I had a couple of questions on capital allocation. The first one on Slide 10, you've done a great job of getting your debt down to this level, and you talk about the next area to deploy free cash flow is to pay down your credit facility balance. So maybe curious on your perspective of how shareholder return specifically buybacks fit into this equation. And given the strengthening of the balance sheet, when do you think you're at that inflection point to buy back stock?
Yes. I said in the remarks, the first call on that free cash flow is to pay down the credit facility and that near-term maturity in '26. So that's about $500 million. And then after that, we'll return to our 50-50 strategy of paying down debt plus buying back shares. It will depend on commodity prices when we actually achieve those. But based on today's commodity prices, it'd be in the first half of next year.
Dave, I wanted to circle back to the liquids market, and I apologize if you did hit on this in your answers, I may have missed it, but I was hoping you could comment just on storage levels at the moment. Specifically, them being above the 5-year it appears as well as the production coming out of PADD 3 and just where do you see those playing out through the summer?
Jacob, this is Dave. If you go back to the first quarter, we actually had that polar vortex in January went from the top of the 5-year range to the 5-year average and then kind of continued along that trend until the last 5 or 6 weeks. We've had I would say some pretty unusual EIA data. It didn't really change at all for 1 month, 1.5 months, and then we had significant change last week and then a below expectation build this week. So we are back kind of in that between the 5-year range and the top of the range below last year, but above that 5-year average. And we'll see what the inflection point looks like, how does that slope rise over the summer. I think there's a lot of different forecasts out there on propane production this year. Hard to say exactly who's right on that. We do pay attention to the rig count in all the basins and watch that. And so that's, again, part of what drove our earlier comments on just taking that small amount of domestic Mont Belvieu propane exposure we have doing some hedging there this year.

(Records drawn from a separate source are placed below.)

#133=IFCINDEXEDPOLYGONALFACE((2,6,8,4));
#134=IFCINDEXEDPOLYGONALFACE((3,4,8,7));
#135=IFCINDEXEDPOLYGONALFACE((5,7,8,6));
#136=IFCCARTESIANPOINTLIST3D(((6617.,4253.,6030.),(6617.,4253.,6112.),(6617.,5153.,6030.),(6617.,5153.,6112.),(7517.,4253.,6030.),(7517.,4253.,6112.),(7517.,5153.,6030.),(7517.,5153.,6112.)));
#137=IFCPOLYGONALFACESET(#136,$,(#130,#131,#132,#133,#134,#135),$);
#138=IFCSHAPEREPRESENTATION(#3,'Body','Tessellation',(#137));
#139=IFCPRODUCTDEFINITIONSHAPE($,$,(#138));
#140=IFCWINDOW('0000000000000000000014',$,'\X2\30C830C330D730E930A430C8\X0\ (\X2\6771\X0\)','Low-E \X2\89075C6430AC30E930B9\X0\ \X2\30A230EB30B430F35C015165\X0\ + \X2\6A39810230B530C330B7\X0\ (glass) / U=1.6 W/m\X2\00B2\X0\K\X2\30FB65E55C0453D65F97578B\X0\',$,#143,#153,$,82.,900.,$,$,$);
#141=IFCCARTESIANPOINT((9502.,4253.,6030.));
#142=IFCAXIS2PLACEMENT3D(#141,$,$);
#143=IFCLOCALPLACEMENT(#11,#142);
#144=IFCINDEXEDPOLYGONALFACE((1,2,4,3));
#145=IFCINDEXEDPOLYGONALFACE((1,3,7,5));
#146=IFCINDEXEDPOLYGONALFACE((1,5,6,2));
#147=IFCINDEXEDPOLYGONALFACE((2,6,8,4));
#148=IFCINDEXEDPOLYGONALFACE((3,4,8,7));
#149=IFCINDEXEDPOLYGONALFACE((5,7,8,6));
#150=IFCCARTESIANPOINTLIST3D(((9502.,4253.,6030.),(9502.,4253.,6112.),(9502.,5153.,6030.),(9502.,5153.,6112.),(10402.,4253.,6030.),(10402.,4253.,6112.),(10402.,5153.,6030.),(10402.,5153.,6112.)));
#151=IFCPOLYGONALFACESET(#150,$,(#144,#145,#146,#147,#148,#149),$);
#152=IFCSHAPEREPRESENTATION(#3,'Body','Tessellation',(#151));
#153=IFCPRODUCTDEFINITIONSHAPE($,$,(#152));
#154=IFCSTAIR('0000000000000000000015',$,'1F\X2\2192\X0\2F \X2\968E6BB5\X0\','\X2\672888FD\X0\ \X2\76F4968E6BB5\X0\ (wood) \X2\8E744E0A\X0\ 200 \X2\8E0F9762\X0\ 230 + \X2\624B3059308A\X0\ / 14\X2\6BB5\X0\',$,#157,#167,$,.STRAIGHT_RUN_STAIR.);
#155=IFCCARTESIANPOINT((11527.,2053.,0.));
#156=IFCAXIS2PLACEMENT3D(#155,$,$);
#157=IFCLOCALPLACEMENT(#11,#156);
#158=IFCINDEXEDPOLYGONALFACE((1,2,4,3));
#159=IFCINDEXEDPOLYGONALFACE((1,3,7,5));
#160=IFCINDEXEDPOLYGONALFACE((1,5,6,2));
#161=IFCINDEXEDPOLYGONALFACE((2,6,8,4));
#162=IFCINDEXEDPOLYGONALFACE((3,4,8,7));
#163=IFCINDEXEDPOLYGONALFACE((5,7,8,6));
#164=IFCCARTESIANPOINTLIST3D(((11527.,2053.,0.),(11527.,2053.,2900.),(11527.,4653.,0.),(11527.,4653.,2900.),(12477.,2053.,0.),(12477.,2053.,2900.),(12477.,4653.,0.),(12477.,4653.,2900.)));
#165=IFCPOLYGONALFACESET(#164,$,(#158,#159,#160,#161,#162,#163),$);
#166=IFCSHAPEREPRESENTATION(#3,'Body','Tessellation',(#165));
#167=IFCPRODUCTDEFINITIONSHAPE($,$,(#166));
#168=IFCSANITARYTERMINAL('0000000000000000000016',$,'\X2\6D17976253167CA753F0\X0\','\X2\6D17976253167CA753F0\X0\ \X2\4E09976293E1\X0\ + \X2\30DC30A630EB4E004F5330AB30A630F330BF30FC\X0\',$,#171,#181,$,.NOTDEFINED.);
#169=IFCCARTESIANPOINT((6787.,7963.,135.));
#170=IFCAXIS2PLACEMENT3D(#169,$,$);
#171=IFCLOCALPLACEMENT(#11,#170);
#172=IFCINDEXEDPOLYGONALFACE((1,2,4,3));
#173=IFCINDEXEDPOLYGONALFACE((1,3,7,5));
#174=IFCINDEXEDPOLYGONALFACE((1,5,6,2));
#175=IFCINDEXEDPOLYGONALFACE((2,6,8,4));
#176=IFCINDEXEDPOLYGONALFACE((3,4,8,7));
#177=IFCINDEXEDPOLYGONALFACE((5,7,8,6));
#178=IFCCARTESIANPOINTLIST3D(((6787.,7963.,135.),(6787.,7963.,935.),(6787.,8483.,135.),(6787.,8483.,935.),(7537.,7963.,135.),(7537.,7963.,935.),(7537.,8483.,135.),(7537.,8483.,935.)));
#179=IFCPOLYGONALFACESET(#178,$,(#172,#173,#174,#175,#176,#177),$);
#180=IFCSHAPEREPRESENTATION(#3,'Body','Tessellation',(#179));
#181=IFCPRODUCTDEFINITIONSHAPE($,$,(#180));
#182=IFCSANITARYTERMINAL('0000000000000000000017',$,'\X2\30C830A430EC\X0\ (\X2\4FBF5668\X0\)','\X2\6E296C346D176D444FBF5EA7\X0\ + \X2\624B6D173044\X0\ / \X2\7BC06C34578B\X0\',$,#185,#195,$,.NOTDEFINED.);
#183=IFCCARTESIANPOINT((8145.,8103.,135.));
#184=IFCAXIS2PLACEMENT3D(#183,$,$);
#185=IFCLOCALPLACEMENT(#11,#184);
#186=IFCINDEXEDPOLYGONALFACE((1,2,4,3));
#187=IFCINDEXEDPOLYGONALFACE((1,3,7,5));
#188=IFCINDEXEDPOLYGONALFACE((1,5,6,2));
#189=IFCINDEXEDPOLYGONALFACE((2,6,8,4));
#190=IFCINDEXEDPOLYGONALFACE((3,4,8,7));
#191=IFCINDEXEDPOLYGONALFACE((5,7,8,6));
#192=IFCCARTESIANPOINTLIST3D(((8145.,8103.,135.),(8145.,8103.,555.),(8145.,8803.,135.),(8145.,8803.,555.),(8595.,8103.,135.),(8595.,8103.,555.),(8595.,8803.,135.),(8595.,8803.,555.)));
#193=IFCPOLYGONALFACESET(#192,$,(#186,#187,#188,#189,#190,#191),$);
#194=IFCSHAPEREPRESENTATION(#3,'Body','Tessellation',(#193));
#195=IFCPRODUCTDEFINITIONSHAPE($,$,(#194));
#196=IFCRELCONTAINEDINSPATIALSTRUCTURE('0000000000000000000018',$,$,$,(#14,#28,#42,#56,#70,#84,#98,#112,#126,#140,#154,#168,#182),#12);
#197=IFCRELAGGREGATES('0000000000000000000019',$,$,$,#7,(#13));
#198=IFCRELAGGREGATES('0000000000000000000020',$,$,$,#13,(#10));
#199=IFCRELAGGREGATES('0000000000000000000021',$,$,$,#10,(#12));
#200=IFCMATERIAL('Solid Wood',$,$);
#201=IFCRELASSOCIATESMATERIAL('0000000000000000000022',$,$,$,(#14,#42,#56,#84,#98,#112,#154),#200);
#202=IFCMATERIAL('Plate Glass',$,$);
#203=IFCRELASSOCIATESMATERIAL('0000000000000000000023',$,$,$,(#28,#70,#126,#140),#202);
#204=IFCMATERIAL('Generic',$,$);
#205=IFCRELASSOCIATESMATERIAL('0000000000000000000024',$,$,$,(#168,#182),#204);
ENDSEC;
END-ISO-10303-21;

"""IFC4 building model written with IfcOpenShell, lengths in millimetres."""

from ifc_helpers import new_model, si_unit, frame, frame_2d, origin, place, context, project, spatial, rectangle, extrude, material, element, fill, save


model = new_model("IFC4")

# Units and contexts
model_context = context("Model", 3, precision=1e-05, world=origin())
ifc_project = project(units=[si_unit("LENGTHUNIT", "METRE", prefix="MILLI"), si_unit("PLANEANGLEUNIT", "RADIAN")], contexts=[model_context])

But sorry, I answered all your questions there, Jacob?
Yes. As you correctly noted, they no longer participate in our wells that concluded on March 31, 2023, but there is still a runoff of the PDP base. That will revert back to us once they reach certain rates of return. Currently, we are forecasting this to begin in 2026.
There are no further questions in the queue. I'd like to hand it back to management for closing remarks.
Yes. Thank you for joining us on today's call. Please reach out if any further questions. Thanks.
Ladies and gentlemen, this does conclude today's teleconference. Thank you for your participation. You may disconnect your lines at this time, and have a wonderful day.